You are the Fundraising Director or Head of Department. You’re in a Senior Leadership Team meeting, about to commence item 3 on the agenda “The Fundraising Strategy”. Everyone is keen to hear from you as your charity has been in survival mode for years. You’re expected to show them how you’re going to absolutely keep a deficit at bay, grow the income and at least start the upward trajectory towards the dream world of “thrive mode”. Everyone around the table is thinking – please for the love of God let there be growth!

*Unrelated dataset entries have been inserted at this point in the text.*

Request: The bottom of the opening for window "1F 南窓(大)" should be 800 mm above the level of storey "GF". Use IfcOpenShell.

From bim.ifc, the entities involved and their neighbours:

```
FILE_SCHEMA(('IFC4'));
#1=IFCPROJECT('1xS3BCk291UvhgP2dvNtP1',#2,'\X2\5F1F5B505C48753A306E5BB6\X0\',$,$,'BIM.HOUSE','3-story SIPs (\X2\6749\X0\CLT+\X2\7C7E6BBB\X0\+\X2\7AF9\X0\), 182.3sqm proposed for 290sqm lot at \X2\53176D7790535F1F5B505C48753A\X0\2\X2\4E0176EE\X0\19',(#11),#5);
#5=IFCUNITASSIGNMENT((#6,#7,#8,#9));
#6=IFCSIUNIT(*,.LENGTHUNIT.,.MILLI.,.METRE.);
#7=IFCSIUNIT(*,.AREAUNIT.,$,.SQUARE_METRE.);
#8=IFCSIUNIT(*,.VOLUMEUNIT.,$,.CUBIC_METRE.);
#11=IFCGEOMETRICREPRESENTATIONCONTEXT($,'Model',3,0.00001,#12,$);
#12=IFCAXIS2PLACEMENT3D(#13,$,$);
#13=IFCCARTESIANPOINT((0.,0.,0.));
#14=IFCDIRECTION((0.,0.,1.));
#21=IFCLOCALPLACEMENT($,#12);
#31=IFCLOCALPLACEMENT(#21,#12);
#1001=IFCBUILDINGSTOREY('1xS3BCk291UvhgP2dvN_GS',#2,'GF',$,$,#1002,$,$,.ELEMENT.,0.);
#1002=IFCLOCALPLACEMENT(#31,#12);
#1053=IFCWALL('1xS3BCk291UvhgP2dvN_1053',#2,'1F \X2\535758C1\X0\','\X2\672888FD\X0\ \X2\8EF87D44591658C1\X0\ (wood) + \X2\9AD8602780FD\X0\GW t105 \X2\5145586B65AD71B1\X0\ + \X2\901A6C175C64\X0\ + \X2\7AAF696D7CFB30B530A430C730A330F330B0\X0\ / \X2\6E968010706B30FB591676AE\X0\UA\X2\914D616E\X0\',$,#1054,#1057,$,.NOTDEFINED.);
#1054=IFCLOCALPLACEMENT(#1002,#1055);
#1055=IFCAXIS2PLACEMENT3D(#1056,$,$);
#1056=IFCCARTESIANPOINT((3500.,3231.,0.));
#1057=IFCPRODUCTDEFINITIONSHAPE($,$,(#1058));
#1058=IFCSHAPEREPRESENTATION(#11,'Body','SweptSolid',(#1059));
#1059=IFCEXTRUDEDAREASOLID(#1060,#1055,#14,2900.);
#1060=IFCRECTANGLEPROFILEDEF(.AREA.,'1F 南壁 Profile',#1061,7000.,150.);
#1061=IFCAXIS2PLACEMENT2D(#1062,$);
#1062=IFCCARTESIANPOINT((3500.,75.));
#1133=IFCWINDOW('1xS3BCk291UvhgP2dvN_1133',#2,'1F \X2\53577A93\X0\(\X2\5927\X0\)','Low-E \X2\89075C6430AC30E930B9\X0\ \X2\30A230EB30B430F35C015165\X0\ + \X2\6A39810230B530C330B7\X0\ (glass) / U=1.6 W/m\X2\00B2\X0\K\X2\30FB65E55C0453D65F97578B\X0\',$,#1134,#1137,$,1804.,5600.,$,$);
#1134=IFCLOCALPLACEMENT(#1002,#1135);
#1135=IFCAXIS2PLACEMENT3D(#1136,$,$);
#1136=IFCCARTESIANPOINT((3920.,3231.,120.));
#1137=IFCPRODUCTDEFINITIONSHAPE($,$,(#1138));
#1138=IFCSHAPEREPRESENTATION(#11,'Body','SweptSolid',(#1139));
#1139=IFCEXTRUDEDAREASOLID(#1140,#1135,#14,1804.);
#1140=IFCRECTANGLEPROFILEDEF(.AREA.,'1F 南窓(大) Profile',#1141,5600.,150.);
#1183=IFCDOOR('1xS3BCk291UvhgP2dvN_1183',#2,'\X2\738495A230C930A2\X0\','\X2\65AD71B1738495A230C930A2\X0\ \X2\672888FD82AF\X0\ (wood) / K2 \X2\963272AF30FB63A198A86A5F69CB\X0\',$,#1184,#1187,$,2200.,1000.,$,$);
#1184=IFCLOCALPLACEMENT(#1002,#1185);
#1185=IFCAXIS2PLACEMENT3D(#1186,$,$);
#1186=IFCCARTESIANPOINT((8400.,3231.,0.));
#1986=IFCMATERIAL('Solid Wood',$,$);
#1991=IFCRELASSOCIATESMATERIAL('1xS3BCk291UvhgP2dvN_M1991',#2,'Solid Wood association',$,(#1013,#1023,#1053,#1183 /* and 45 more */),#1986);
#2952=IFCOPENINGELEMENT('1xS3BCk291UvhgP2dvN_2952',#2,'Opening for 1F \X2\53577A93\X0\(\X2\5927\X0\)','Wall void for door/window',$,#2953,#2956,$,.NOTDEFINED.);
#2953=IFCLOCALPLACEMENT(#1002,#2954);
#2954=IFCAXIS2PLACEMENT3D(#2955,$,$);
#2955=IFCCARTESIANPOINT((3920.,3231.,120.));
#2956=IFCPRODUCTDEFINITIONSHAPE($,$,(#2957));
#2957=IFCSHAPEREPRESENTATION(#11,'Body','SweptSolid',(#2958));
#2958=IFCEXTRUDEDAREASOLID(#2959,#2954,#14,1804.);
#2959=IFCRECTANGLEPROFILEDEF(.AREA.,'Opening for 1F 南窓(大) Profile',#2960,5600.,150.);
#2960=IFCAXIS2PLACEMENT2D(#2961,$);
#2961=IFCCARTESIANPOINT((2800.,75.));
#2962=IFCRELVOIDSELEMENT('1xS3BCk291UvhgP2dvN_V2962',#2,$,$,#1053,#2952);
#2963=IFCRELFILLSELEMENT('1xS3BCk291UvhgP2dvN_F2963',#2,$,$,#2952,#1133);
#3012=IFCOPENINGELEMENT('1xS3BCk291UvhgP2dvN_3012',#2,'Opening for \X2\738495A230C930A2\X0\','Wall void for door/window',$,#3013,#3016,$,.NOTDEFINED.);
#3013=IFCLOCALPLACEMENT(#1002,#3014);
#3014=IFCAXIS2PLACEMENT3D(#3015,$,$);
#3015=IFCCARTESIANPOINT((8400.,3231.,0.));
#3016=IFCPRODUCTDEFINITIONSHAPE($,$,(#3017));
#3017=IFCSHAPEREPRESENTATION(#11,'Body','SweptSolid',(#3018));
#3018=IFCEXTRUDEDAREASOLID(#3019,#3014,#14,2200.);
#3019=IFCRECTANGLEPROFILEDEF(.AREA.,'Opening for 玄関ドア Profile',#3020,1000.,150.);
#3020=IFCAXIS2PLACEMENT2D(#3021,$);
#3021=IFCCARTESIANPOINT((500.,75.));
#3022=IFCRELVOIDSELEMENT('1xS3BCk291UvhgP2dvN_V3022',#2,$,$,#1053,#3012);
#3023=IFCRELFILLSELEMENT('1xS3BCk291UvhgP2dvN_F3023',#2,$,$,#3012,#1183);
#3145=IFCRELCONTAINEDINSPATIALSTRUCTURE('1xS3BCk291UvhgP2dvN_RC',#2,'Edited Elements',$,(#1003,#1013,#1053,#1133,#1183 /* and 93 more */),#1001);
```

```python
import numpy as np
import ifcopenshell
import ifcopenshell.api.geometry
import ifcopenshell.geom
import ifcopenshell.util.element
import ifcopenshell.util.placement
import ifcopenshell.util.shape
import ifcopenshell.util.unit

model = ifcopenshell.open("bim.ifc")
unit_scale = ifcopenshell.util.unit.calculate_unit_scale(model)

window = model.by_guid("1xS3BCk291UvhgP2dvN_1133")
opening = window.FillsVoids[0].RelatingOpeningElement
storey = ifcopenshell.util.element.get_container(window, ifc_class="IfcBuildingStorey")
level = ifcopenshell.util.placement.get_local_placement(storey.ObjectPlacement)[2, 3]

# The opening's origin need not be at the sill, so measure its lowest point.
shape = ifcopenshell.geom.create_shape(ifcopenshell.geom.settings(), opening)
bottom = ifcopenshell.util.shape.get_shape_bottom_elevation(shape, shape.geometry) / unit_scale
dz = level + 0.8 / unit_scale - bottom

shift = np.array([0.0, 0.0, dz])
# The window is not placed relative to its opening, so move both.
for product in (opening, window):
    matrix = ifcopenshell.util.placement.get_local_placement(product.ObjectPlacement)
    matrix[:3, 3] += shift
    ifcopenshell.api.geometry.edit_object_placement(model, product=product, matrix=matrix, is_si=False)

print(f"moved by {dz * unit_scale:+.3f} m")

model.write("bim_updated.ifc")
```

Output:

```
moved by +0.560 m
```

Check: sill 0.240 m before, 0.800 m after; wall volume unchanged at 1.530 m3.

So, with resources low and expectations high you turn on the projector and dive into your presentation:

  • The objectives are (as they are automatically every year) grow new income and retain existing business by increasing team targets. 
  • You go through each income stream and show how you are going to increase activity which will in turn increase income.
  • Increase staff numbers – but only in direct connection to increasing income.
  • Introduce a new income stream - the theory is the more income streams/diversity the less risk.
  • The presentation is heavily numbers based – the number of donors and prospects, size of average gift, conversion rates, number of proposals in circulation, number of meetings booked, number of events, number of fundraisers and income per head, retention numbers, attrition numbers, weighted pipeline numbers.....
  • No presentation would be complete without the full pipeline making an appearance – the one that gets its own mammoth A3 spreadsheet and is like a dog whistle to every pair of reading glasses in the building with its own special “size bloody silly” font.

The general gist of the presentation is:

  • More money is growth. The truth is there is churn, each year you’re over reliant on that one large donor or the one-off corporate adoption/legacy, invariably there will be at least one large multi-year grant coming to an end – God knows you are happy to see the income and reach the target, but the details usually mask the fact your fundraising is not necessarily replicable enough to deliver the year on year growth everyone would love to bank on.
  • To move from survival mode into thrive mode you just need to do more survival mode stuff. Just keep doing what you’re doing and add more staff to push the numbers up and bingo once you hit a certain net income number you’re no longer living from hand to mouth. You automatically leave survival mode and enter more sustainable/thrive mode, where you can now continue to do what you do, add even more staff to increase your income and thrive.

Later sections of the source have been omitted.